*Exercise*. Reproduce word for word, from the entries below, the line with "#34=IFCINDEXEDPOLYGONALFACE((1,2,4,3));", the line with "#67=IFCINDEXEDPOLYGONALFACE((11,13,14,12));", and every line between them, and nothing more.

Collected data entries:
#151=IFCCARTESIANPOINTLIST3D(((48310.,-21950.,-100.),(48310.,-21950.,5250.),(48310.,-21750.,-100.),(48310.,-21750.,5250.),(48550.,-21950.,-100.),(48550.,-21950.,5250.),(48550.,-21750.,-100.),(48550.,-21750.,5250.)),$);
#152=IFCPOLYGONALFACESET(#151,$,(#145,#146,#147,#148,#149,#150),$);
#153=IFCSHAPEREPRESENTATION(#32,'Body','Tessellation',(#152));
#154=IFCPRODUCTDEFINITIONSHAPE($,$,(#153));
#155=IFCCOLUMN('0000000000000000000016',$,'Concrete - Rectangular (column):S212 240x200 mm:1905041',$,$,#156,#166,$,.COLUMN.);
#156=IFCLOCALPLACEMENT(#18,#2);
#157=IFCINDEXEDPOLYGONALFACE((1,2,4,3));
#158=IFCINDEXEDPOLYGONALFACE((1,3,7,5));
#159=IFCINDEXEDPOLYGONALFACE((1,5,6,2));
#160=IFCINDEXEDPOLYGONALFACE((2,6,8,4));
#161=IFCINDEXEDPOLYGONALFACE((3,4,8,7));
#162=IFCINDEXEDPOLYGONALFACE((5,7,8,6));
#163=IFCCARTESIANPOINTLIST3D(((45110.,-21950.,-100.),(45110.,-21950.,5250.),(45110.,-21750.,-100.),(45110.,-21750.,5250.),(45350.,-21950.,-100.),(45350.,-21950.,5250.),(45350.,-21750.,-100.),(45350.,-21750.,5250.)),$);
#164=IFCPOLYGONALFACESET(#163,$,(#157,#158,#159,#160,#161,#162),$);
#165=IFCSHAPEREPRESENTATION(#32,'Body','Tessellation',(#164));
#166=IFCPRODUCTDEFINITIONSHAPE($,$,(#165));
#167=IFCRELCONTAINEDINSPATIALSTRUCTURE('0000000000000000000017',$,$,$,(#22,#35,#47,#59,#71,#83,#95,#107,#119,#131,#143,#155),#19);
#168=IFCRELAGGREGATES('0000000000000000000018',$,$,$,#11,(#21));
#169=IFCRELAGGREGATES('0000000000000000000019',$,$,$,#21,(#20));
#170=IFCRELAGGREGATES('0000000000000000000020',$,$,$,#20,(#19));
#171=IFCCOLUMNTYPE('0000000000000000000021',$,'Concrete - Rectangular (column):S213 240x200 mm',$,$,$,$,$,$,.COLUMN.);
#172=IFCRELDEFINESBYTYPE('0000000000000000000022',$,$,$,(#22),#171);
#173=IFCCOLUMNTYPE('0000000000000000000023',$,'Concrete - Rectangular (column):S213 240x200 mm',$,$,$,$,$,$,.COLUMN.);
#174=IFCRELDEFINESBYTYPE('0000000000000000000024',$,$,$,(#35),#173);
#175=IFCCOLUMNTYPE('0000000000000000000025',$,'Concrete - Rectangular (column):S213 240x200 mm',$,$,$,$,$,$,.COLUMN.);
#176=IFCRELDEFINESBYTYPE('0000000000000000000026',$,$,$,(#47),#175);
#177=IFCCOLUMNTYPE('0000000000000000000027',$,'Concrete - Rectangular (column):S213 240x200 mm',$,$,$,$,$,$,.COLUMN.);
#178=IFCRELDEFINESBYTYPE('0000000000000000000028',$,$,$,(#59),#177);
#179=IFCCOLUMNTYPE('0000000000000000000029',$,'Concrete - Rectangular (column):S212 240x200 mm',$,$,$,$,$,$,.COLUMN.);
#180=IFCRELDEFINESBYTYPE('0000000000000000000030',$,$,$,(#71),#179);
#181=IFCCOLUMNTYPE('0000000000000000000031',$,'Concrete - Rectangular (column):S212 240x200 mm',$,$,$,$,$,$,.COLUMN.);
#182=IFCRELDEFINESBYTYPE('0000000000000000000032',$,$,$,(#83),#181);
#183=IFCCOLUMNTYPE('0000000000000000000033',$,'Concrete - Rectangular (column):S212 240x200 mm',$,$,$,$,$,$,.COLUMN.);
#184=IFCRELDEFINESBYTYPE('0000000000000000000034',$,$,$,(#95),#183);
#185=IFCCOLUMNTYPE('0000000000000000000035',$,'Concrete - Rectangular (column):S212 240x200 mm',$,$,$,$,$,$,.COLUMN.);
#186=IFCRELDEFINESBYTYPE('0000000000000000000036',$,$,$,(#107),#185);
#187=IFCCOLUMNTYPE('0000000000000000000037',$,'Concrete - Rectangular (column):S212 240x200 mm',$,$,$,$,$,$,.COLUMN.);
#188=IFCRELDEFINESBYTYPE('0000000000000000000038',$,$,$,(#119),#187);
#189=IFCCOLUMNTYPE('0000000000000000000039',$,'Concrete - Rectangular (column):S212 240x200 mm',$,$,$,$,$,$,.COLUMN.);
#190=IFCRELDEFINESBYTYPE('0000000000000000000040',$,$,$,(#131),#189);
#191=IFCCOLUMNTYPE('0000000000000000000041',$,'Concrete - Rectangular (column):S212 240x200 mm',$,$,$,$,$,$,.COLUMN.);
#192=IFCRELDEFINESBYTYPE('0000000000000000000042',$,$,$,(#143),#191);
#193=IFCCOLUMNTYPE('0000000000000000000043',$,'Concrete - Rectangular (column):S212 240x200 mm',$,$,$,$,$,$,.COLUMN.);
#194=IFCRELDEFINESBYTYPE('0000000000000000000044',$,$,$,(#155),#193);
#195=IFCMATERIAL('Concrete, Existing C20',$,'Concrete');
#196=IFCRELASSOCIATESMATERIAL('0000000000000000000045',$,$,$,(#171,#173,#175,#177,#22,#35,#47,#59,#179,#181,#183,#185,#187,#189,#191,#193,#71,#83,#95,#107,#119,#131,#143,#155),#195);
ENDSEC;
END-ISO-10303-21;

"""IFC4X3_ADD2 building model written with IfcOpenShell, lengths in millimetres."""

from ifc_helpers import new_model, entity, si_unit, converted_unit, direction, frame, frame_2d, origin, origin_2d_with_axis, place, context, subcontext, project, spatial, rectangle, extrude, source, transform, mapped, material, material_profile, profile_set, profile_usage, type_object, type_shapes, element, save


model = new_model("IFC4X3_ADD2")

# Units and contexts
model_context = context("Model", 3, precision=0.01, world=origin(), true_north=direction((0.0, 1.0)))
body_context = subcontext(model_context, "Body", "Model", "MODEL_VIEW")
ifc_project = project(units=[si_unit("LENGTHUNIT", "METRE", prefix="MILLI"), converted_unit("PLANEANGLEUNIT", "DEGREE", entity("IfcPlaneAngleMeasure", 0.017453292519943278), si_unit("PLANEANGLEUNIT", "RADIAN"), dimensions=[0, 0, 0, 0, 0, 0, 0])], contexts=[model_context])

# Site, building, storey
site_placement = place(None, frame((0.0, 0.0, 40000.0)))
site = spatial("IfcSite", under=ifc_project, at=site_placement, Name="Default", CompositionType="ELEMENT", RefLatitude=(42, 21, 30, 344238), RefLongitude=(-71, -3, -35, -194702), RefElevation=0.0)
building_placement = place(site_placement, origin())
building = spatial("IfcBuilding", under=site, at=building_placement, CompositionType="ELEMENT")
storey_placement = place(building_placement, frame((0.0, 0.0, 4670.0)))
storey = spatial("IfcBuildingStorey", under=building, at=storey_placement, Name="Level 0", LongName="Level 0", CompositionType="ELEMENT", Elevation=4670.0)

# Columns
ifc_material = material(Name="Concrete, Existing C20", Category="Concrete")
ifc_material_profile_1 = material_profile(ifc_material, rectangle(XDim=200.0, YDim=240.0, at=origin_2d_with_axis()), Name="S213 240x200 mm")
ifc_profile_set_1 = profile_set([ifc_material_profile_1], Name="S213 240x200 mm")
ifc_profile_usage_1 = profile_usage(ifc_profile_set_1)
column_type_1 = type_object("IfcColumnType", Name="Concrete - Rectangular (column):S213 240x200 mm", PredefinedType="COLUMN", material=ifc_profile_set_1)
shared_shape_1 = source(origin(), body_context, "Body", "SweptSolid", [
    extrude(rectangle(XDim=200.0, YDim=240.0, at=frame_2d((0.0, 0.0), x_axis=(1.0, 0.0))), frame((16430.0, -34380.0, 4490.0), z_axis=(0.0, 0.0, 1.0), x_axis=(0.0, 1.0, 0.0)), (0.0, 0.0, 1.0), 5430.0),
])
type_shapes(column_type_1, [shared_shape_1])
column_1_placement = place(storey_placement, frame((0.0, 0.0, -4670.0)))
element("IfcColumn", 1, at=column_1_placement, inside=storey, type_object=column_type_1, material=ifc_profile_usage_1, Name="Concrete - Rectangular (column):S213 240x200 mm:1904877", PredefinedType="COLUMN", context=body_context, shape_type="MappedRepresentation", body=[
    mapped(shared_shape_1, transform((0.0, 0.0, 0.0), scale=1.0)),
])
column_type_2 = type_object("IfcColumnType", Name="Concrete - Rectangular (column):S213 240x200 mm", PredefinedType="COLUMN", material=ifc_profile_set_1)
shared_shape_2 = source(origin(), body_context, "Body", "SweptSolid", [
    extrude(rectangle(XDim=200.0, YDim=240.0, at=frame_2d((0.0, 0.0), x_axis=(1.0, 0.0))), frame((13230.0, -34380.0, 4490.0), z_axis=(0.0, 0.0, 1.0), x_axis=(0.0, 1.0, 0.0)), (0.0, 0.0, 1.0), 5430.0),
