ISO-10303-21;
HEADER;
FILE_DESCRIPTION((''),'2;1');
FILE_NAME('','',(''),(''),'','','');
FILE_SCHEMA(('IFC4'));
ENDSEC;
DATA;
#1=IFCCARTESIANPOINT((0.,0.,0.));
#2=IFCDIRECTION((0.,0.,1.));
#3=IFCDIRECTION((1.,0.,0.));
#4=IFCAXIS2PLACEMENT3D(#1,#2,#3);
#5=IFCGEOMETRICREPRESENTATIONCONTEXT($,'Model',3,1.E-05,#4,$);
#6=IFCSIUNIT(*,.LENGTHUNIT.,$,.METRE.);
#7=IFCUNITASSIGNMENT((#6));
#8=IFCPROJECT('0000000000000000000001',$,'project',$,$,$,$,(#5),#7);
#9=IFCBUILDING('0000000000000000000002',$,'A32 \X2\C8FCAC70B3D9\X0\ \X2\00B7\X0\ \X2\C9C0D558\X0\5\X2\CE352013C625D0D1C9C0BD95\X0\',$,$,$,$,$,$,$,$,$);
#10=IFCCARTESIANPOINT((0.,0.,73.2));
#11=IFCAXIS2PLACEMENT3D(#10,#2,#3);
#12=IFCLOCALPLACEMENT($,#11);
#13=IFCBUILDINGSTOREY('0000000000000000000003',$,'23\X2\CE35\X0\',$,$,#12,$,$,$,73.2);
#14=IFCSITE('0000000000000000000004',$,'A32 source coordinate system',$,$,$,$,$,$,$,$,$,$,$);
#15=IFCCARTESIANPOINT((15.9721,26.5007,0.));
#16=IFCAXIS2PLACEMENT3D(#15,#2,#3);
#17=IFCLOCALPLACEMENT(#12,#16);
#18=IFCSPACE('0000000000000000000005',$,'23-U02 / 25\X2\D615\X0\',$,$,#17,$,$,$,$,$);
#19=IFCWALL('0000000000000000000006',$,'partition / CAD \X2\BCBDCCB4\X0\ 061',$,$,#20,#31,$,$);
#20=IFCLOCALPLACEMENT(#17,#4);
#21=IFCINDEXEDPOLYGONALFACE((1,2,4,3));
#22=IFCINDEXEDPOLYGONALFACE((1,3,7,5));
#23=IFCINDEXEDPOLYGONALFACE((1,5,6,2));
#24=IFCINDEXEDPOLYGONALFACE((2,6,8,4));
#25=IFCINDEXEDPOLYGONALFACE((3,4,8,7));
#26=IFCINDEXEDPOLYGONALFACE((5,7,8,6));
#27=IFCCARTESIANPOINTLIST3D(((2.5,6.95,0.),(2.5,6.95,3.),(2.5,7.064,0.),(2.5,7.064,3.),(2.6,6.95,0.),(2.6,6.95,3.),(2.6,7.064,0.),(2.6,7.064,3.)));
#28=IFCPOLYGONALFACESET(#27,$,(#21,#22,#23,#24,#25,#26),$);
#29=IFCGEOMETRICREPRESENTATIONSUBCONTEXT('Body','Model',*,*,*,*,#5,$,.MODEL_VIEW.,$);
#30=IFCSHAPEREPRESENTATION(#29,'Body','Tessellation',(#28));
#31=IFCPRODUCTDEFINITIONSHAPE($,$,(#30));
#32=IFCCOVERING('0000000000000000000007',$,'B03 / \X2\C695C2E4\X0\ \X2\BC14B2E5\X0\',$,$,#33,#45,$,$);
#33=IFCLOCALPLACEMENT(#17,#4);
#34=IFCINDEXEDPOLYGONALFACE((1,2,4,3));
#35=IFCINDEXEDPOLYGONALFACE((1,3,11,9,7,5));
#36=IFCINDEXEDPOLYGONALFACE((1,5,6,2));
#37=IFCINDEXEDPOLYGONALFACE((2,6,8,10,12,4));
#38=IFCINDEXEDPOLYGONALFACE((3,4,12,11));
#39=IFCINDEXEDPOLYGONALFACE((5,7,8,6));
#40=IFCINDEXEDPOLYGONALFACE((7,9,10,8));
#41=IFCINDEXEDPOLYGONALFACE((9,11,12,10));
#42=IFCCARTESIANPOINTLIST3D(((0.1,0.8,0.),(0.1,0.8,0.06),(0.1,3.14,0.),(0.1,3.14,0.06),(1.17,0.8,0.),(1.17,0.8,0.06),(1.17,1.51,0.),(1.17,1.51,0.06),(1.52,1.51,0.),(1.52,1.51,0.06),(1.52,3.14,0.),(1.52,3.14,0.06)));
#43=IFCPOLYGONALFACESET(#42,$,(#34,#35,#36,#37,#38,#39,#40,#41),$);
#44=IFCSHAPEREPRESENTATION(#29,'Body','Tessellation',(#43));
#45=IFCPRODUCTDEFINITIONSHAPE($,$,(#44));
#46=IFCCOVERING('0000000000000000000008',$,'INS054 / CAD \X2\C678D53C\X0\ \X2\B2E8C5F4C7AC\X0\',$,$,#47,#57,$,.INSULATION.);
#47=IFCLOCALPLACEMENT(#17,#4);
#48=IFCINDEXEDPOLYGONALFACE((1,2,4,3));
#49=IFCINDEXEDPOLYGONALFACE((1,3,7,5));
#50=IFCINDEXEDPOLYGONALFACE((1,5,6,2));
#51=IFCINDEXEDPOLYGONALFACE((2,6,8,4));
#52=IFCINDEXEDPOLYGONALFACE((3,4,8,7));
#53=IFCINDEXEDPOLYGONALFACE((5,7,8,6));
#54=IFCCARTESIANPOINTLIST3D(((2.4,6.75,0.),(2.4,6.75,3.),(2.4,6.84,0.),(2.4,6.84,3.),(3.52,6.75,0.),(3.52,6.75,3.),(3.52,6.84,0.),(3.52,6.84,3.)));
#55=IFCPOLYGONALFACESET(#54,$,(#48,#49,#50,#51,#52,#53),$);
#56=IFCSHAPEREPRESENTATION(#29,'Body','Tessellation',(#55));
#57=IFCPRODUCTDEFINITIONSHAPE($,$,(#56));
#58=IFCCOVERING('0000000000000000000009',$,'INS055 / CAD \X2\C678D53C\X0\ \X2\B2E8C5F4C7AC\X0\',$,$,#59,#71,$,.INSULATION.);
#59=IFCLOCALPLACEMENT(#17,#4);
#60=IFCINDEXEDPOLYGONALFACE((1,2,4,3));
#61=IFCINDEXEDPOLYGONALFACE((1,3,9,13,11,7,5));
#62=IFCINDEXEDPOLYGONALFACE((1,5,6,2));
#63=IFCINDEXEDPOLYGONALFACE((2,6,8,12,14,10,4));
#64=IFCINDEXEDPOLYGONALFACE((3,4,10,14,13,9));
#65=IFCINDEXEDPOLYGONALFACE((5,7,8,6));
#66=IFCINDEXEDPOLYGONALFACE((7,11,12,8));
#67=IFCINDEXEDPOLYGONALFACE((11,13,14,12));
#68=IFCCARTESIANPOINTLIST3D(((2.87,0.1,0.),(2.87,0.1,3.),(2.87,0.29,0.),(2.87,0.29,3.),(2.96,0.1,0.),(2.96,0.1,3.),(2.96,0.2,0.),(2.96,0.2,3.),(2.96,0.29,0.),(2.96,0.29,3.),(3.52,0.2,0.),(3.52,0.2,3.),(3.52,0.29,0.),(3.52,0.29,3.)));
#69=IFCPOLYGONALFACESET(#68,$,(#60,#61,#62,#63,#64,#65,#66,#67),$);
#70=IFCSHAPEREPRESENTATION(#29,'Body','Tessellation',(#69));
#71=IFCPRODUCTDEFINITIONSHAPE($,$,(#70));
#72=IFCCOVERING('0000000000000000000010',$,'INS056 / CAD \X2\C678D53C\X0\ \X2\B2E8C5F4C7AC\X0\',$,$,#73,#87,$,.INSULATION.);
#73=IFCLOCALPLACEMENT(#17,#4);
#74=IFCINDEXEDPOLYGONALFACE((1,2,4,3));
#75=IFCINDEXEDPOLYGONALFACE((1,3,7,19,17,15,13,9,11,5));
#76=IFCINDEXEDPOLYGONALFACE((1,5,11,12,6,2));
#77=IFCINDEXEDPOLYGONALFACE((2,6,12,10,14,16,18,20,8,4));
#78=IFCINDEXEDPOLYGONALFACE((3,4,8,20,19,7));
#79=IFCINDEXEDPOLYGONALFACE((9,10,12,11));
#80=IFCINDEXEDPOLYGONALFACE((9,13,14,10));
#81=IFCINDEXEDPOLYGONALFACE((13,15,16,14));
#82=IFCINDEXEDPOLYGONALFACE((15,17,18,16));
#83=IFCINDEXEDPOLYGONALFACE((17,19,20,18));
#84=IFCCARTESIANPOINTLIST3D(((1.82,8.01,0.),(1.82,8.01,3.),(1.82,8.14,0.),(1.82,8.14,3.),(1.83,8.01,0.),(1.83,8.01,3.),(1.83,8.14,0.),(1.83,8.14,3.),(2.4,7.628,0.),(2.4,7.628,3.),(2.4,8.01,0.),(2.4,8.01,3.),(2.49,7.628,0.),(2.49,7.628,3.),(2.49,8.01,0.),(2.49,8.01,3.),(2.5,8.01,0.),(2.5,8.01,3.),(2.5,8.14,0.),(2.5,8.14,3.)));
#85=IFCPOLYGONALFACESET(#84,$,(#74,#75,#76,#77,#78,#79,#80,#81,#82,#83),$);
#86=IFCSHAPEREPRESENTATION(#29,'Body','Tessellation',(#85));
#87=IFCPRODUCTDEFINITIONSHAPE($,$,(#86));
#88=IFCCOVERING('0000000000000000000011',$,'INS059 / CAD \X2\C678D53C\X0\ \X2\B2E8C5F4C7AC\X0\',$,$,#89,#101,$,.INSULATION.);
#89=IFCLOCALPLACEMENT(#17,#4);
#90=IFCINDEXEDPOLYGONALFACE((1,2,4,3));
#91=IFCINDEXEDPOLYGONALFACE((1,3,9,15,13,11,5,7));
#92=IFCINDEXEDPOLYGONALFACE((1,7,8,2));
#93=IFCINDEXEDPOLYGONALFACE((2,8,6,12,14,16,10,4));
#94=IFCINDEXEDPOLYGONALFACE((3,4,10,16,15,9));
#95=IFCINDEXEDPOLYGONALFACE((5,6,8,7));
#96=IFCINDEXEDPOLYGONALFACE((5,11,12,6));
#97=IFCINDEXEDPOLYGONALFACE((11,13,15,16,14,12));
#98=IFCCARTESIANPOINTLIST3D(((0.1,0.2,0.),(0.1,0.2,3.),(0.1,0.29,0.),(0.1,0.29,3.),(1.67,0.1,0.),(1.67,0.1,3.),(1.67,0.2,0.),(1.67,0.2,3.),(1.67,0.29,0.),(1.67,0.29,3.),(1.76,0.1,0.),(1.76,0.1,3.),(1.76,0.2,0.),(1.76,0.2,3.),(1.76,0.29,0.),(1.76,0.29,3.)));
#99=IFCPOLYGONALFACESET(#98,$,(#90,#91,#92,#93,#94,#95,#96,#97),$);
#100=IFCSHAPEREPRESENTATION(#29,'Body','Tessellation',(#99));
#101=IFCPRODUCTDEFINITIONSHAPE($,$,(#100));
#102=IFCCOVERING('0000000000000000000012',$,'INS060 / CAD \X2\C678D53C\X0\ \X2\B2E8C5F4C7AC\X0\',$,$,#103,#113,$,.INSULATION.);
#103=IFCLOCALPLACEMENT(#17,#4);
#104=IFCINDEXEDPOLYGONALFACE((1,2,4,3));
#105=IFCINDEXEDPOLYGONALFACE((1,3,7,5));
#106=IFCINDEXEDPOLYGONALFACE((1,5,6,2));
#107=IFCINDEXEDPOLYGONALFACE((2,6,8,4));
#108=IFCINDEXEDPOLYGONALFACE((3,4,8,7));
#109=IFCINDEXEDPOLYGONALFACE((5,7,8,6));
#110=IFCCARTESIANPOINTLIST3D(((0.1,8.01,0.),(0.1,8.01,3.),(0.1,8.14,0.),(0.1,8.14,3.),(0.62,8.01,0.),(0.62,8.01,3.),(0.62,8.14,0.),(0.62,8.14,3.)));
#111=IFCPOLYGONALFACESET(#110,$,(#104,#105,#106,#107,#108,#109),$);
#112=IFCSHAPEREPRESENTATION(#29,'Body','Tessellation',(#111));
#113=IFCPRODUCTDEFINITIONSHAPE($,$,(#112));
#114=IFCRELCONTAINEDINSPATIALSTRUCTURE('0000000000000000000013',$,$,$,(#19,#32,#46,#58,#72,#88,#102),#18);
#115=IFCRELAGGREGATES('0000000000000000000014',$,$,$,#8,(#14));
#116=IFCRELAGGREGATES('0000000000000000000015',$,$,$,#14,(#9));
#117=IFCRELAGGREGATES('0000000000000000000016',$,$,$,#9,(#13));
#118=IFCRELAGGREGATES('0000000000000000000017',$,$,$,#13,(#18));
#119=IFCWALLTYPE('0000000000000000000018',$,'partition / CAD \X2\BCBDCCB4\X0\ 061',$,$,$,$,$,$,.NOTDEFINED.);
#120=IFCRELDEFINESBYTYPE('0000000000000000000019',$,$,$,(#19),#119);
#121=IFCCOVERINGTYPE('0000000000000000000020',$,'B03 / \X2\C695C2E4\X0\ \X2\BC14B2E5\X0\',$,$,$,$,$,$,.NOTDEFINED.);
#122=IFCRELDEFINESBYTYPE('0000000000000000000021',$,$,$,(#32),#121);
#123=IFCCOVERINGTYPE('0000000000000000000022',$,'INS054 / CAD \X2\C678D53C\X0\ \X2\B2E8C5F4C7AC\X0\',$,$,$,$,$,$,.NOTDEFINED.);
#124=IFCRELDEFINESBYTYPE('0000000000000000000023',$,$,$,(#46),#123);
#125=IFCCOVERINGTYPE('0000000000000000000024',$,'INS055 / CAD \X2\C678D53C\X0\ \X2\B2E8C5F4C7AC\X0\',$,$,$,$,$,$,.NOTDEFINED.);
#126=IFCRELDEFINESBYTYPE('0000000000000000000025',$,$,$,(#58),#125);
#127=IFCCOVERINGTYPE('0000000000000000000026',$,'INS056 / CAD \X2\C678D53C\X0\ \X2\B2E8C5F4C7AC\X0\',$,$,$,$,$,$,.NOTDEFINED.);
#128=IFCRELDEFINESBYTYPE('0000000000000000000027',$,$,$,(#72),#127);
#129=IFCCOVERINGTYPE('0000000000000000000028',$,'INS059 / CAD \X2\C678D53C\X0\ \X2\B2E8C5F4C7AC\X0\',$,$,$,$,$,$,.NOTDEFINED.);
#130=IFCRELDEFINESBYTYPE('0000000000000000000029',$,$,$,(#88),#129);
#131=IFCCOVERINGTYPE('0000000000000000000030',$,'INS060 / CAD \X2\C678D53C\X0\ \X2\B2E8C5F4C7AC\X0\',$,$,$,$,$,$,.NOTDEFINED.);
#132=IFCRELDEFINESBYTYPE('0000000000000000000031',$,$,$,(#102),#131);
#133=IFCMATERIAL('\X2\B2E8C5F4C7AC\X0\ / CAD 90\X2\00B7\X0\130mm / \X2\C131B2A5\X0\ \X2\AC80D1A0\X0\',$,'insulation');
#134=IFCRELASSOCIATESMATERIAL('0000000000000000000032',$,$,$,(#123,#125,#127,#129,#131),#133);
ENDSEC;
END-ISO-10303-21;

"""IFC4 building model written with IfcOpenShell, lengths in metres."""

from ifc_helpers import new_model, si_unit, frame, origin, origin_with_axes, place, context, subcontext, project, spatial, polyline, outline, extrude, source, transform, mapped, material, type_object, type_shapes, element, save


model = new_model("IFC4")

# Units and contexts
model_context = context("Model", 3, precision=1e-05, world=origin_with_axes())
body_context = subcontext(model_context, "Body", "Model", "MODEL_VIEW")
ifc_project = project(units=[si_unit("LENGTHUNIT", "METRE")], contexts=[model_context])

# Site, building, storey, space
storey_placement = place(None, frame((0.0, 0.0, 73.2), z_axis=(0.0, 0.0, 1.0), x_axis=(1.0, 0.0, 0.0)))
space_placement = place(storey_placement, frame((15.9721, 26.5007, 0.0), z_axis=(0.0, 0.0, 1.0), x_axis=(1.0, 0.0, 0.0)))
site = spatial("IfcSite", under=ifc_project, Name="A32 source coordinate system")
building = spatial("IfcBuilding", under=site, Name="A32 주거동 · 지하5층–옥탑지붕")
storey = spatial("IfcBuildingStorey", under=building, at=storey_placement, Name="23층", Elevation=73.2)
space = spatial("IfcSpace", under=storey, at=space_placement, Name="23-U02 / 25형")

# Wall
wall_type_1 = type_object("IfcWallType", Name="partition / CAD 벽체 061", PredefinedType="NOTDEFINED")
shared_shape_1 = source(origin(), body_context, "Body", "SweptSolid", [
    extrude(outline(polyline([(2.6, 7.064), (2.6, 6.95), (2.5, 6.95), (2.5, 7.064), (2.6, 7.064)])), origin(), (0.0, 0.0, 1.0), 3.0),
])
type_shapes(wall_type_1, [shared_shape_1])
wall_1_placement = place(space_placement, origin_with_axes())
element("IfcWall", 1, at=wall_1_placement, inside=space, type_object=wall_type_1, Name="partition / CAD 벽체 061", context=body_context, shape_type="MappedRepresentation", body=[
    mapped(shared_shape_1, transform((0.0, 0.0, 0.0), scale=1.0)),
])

*Response box*.
#34=IFCINDEXEDPOLYGONALFACE((1,2,4,3));
#35=IFCINDEXEDPOLYGONALFACE((1,3,11,9,7,5));
#36=IFCINDEXEDPOLYGONALFACE((1,5,6,2));
#37=IFCINDEXEDPOLYGONALFACE((2,6,8,10,12,4));
#38=IFCINDEXEDPOLYGONALFACE((3,4,12,11));
#39=IFCINDEXEDPOLYGONALFACE((5,7,8,6));
#40=IFCINDEXEDPOLYGONALFACE((7,9,10,8));
#41=IFCINDEXEDPOLYGONALFACE((9,11,12,10));
#42=IFCCARTESIANPOINTLIST3D(((0.1,0.8,0.),(0.1,0.8,0.06),(0.1,3.14,0.),(0.1,3.14,0.06),(1.17,0.8,0.),(1.17,0.8,0.06),(1.17,1.51,0.),(1.17,1.51,0.06),(1.52,1.51,0.),(1.52,1.51,0.06),(1.52,3.14,0.),(1.52,3.14,0.06)));
#43=IFCPOLYGONALFACESET(#42,$,(#34,#35,#36,#37,#38,#39,#40,#41),$);
#44=IFCSHAPEREPRESENTATION(#29,'Body','Tessellation',(#43));
#45=IFCPRODUCTDEFINITIONSHAPE($,$,(#44));
#46=IFCCOVERING('0000000000000000000008',$,'INS054 / CAD \X2\C678D53C\X0\ \X2\B2E8C5F4C7AC\X0\',$,$,#47,#57,$,.INSULATION.);
#47=IFCLOCALPLACEMENT(#17,#4);
#48=IFCINDEXEDPOLYGONALFACE((1,2,4,3));
#49=IFCINDEXEDPOLYGONALFACE((1,3,7,5));
#50=IFCINDEXEDPOLYGONALFACE((1,5,6,2));
#51=IFCINDEXEDPOLYGONALFACE((2,6,8,4));
#52=IFCINDEXEDPOLYGONALFACE((3,4,8,7));
#53=IFCINDEXEDPOLYGONALFACE((5,7,8,6));
#54=IFCCARTESIANPOINTLIST3D(((2.4,6.75,0.),(2.4,6.75,3.),(2.4,6.84,0.),(2.4,6.84,3.),(3.52,6.75,0.),(3.52,6.75,3.),(3.52,6.84,0.),(3.52,6.84,3.)));
#55=IFCPOLYGONALFACESET(#54,$,(#48,#49,#50,#51,#52,#53),$);
#56=IFCSHAPEREPRESENTATION(#29,'Body','Tessellation',(#55));
#57=IFCPRODUCTDEFINITIONSHAPE($,$,(#56));
#58=IFCCOVERING('0000000000000000000009',$,'INS055 / CAD \X2\C678D53C\X0\ \X2\B2E8C5F4C7AC\X0\',$,$,#59,#71,$,.INSULATION.);
#59=IFCLOCALPLACEMENT(#17,#4);
#60=IFCINDEXEDPOLYGONALFACE((1,2,4,3));
#61=IFCINDEXEDPOLYGONALFACE((1,3,9,13,11,7,5));
#62=IFCINDEXEDPOLYGONALFACE((1,5,6,2));
#63=IFCINDEXEDPOLYGONALFACE((2,6,8,12,14,10,4));
#64=IFCINDEXEDPOLYGONALFACE((3,4,10,14,13,9));
#65=IFCINDEXEDPOLYGONALFACE((5,7,8,6));
#66=IFCINDEXEDPOLYGONALFACE((7,11,12,8));
#67=IFCINDEXEDPOLYGONALFACE((11,13,14,12));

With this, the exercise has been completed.